Exercise requirements: Each line of the material is to be written out exactly.

Record excerpts:
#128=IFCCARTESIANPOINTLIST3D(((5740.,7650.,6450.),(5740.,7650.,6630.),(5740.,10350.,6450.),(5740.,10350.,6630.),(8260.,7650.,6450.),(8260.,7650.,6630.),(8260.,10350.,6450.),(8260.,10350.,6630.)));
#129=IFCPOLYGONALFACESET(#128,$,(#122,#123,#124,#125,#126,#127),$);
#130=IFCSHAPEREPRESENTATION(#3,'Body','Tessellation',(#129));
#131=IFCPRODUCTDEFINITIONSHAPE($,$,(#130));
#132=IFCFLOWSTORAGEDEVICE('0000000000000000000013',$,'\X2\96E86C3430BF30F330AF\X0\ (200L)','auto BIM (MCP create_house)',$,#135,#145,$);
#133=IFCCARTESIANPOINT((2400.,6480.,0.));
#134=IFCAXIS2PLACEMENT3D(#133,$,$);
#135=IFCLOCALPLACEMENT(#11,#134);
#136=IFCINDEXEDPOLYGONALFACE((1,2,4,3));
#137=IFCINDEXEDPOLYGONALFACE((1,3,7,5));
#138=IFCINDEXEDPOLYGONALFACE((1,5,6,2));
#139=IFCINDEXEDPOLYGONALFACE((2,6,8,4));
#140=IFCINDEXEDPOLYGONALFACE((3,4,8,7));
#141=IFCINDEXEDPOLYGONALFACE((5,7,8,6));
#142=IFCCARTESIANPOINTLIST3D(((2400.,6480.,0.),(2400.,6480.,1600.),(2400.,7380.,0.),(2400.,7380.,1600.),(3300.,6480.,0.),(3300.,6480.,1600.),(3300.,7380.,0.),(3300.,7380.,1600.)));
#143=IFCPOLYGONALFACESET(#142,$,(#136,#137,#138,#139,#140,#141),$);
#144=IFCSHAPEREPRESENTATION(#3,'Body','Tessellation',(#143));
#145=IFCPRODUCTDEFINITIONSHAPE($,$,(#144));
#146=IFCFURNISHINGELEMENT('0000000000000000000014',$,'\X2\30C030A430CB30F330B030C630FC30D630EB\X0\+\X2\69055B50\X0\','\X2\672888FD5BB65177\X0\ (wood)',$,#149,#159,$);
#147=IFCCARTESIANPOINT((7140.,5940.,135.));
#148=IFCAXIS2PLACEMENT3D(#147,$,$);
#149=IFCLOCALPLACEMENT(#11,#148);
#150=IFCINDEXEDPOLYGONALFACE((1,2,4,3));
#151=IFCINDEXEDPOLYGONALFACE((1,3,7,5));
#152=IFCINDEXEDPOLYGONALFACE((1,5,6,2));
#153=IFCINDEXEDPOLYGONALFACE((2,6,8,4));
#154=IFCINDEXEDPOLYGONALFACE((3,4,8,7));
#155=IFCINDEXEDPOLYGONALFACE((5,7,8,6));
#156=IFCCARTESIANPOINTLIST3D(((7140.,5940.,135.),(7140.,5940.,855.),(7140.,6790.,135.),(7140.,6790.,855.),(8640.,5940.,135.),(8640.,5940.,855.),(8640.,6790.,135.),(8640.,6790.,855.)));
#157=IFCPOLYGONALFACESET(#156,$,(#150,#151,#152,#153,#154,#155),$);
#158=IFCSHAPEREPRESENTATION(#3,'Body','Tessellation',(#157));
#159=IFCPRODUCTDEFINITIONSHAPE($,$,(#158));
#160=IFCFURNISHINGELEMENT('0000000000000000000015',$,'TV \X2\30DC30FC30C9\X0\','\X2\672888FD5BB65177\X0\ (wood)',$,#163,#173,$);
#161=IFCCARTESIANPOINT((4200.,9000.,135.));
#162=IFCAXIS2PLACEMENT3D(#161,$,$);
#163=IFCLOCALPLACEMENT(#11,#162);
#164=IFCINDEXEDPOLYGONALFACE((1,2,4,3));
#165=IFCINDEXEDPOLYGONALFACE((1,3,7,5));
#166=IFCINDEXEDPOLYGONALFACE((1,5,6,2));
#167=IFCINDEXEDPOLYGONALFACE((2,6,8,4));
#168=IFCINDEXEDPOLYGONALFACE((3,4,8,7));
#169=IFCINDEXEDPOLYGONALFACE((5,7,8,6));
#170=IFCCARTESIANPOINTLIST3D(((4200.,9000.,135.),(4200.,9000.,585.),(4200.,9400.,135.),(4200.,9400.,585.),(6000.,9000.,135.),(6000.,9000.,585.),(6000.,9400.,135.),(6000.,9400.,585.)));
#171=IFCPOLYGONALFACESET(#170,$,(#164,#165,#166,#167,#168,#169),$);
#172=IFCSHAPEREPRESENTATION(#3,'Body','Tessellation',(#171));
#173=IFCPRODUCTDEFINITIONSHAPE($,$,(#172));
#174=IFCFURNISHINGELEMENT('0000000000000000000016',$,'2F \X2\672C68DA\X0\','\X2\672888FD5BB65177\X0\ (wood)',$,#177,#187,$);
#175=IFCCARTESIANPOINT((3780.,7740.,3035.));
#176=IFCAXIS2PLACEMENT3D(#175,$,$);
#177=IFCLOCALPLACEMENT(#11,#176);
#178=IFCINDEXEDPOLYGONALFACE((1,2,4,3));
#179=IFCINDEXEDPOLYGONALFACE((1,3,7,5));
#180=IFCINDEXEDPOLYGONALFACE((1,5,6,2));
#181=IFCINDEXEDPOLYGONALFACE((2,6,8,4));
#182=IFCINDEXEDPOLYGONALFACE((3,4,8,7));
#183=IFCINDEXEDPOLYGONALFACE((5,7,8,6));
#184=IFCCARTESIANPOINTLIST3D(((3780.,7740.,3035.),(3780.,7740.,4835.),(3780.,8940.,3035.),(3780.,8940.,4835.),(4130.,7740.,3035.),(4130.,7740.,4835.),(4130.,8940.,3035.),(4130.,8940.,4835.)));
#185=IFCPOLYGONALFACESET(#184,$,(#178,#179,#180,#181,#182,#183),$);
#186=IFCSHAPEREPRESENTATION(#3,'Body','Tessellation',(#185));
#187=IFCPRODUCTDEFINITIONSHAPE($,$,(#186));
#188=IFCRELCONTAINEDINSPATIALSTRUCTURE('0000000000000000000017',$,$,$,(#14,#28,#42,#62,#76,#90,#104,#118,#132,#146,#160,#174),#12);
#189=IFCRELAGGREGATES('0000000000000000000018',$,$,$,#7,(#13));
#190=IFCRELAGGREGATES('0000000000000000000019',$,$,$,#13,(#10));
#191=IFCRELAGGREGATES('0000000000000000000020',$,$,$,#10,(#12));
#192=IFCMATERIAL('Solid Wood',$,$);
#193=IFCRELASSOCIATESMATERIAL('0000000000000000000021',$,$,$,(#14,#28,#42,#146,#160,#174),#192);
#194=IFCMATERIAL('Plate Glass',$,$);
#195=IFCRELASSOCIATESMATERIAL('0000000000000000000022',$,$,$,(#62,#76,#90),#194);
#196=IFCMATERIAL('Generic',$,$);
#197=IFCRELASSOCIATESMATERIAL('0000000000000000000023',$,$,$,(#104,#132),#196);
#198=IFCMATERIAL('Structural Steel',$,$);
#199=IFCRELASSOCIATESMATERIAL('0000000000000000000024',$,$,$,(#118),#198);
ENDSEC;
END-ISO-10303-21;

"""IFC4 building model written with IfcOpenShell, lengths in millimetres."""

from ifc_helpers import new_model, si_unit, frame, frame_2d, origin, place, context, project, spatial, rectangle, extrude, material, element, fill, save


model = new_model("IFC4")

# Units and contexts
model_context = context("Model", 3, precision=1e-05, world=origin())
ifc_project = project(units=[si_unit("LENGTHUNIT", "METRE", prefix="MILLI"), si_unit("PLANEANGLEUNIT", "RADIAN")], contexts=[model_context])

Completed task:
#128=IFCCARTESIANPOINTLIST3D(((5740.,7650.,6450.),(5740.,7650.,6630.),(5740.,10350.,6450.),(5740.,10350.,6630.),(8260.,7650.,6450.),(8260.,7650.,6630.),(8260.,10350.,6450.),(8260.,10350.,6630.)));
#129=IFCPOLYGONALFACESET(#128,$,(#122,#123,#124,#125,#126,#127),$);
#130=IFCSHAPEREPRESENTATION(#3,'Body','Tessellation',(#129));
#131=IFCPRODUCTDEFINITIONSHAPE($,$,(#130));
#132=IFCFLOWSTORAGEDEVICE('0000000000000000000013',$,'\X2\96E86C3430BF30F330AF\X0\ (200L)','auto BIM (MCP create_house)',$,#135,#145,$);
#133=IFCCARTESIANPOINT((2400.,6480.,0.));
#134=IFCAXIS2PLACEMENT3D(#133,$,$);
#135=IFCLOCALPLACEMENT(#11,#134);
#136=IFCINDEXEDPOLYGONALFACE((1,2,4,3));
#137=IFCINDEXEDPOLYGONALFACE((1,3,7,5));
#138=IFCINDEXEDPOLYGONALFACE((1,5,6,2));
#139=IFCINDEXEDPOLYGONALFACE((2,6,8,4));
#140=IFCINDEXEDPOLYGONALFACE((3,4,8,7));
#141=IFCINDEXEDPOLYGONALFACE((5,7,8,6));
#142=IFCCARTESIANPOINTLIST3D(((2400.,6480.,0.),(2400.,6480.,1600.),(2400.,7380.,0.),(2400.,7380.,1600.),(3300.,6480.,0.),(3300.,6480.,1600.),(3300.,7380.,0.),(3300.,7380.,1600.)));
#143=IFCPOLYGONALFACESET(#142,$,(#136,#137,#138,#139,#140,#141),$);
#144=IFCSHAPEREPRESENTATION(#3,'Body','Tessellation',(#143));
#145=IFCPRODUCTDEFINITIONSHAPE($,$,(#144));
#146=IFCFURNISHINGELEMENT('0000000000000000000014',$,'\X2\30C030A430CB30F330B030C630FC30D630EB\X0\+\X2\69055B50\X0\','\X2\672888FD5BB65177\X0\ (wood)',$,#149,#159,$);
#147=IFCCARTESIANPOINT((7140.,5940.,135.));
#148=IFCAXIS2PLACEMENT3D(#147,$,$);
#149=IFCLOCALPLACEMENT(#11,#148);
#150=IFCINDEXEDPOLYGONALFACE((1,2,4,3));
#151=IFCINDEXEDPOLYGONALFACE((1,3,7,5));
#152=IFCINDEXEDPOLYGONALFACE((1,5,6,2));
#153=IFCINDEXEDPOLYGONALFACE((2,6,8,4));
#154=IFCINDEXEDPOLYGONALFACE((3,4,8,7));
#155=IFCINDEXEDPOLYGONALFACE((5,7,8,6));
#156=IFCCARTESIANPOINTLIST3D(((7140.,5940.,135.),(7140.,5940.,855.),(7140.,6790.,135.),(7140.,6790.,855.),(8640.,5940.,135.),(8640.,5940.,855.),(8640.,6790.,135.),(8640.,6790.,855.)));
#157=IFCPOLYGONALFACESET(#156,$,(#150,#151,#152,#153,#154,#155),$);
#158=IFCSHAPEREPRESENTATION(#3,'Body','Tessellation',(#157));
#159=IFCPRODUCTDEFINITIONSHAPE($,$,(#158));
#160=IFCFURNISHINGELEMENT('0000000000000000000015',$,'TV \X2\30DC30FC30C9\X0\','\X2\672888FD5BB65177\X0\ (wood)',$,#163,#173,$);
#161=IFCCARTESIANPOINT((4200.,9000.,135.));
#162=IFCAXIS2PLACEMENT3D(#161,$,$);
#163=IFCLOCALPLACEMENT(#11,#162);
#164=IFCINDEXEDPOLYGONALFACE((1,2,4,3));
#165=IFCINDEXEDPOLYGONALFACE((1,3,7,5));
#166=IFCINDEXEDPOLYGONALFACE((1,5,6,2));
#167=IFCINDEXEDPOLYGONALFACE((2,6,8,4));
#168=IFCINDEXEDPOLYGONALFACE((3,4,8,7));
#169=IFCINDEXEDPOLYGONALFACE((5,7,8,6));
#170=IFCCARTESIANPOINTLIST3D(((4200.,9000.,135.),(4200.,9000.,585.),(4200.,9400.,135.),(4200.,9400.,585.),(6000.,9000.,135.),(6000.,9000.,585.),(6000.,9400.,135.),(6000.,9400.,585.)));
#171=IFCPOLYGONALFACESET(#170,$,(#164,#165,#166,#167,#168,#169),$);
#172=IFCSHAPEREPRESENTATION(#3,'Body','Tessellation',(#171));
#173=IFCPRODUCTDEFINITIONSHAPE($,$,(#172));
#174=IFCFURNISHINGELEMENT('0000000000000000000016',$,'2F \X2\672C68DA\X0\','\X2\672888FD5BB65177\X0\ (wood)',$,#177,#187,$);
#175=IFCCARTESIANPOINT((3780.,7740.,3035.));
#176=IFCAXIS2PLACEMENT3D(#175,$,$);
#177=IFCLOCALPLACEMENT(#11,#176);
#178=IFCINDEXEDPOLYGONALFACE((1,2,4,3));
#179=IFCINDEXEDPOLYGONALFACE((1,3,7,5));
#180=IFCINDEXEDPOLYGONALFACE((1,5,6,2));
#181=IFCINDEXEDPOLYGONALFACE((2,6,8,4));
#182=IFCINDEXEDPOLYGONALFACE((3,4,8,7));
#183=IFCINDEXEDPOLYGONALFACE((5,7,8,6));
#184=IFCCARTESIANPOINTLIST3D(((3780.,7740.,3035.),(3780.,7740.,4835.),(3780.,8940.,3035.),(3780.,8940.,4835.),(4130.,7740.,3035.),(4130.,7740.,4835.),(4130.,8940.,3035.),(4130.,8940.,4835.)));
#185=IFCPOLYGONALFACESET(#184,$,(#178,#179,#180,#181,#182,#183),$);
#186=IFCSHAPEREPRESENTATION(#3,'Body','Tessellation',(#185));
#187=IFCPRODUCTDEFINITIONSHAPE($,$,(#186));
#188=IFCRELCONTAINEDINSPATIALSTRUCTURE('0000000000000000000017',$,$,$,(#14,#28,#42,#62,#76,#90,#104,#118,#132,#146,#160,#174),#12);
#189=IFCRELAGGREGATES('0000000000000000000018',$,$,$,#7,(#13));
#190=IFCRELAGGREGATES('0000000000000000000019',$,$,$,#13,(#10));
#191=IFCRELAGGREGATES('0000000000000000000020',$,$,$,#10,(#12));
#192=IFCMATERIAL('Solid Wood',$,$);
#193=IFCRELASSOCIATESMATERIAL('0000000000000000000021',$,$,$,(#14,#28,#42,#146,#160,#174),#192);
#194=IFCMATERIAL('Plate Glass',$,$);
#195=IFCRELASSOCIATESMATERIAL('0000000000000000000022',$,$,$,(#62,#76,#90),#194);
#196=IFCMATERIAL('Generic',$,$);
#197=IFCRELASSOCIATESMATERIAL('0000000000000000000023',$,$,$,(#104,#132),#196);
#198=IFCMATERIAL('Structural Steel',$,$);
#199=IFCRELASSOCIATESMATERIAL('0000000000000000000024',$,$,$,(#118),#198);
ENDSEC;
END-ISO-10303-21;

"""IFC4 building model written with IfcOpenShell, lengths in millimetres."""

from ifc_helpers import new_model, si_unit, frame, frame_2d, origin, place, context, project, spatial, rectangle, extrude, material, element, fill, save


model = new_model("IFC4")

# Units and contexts
model_context = context("Model", 3, precision=1e-05, world=origin())
ifc_project = project(units=[si_unit("LENGTHUNIT", "METRE", prefix="MILLI"), si_unit("PLANEANGLEUNIT", "RADIAN")], contexts=[model_context])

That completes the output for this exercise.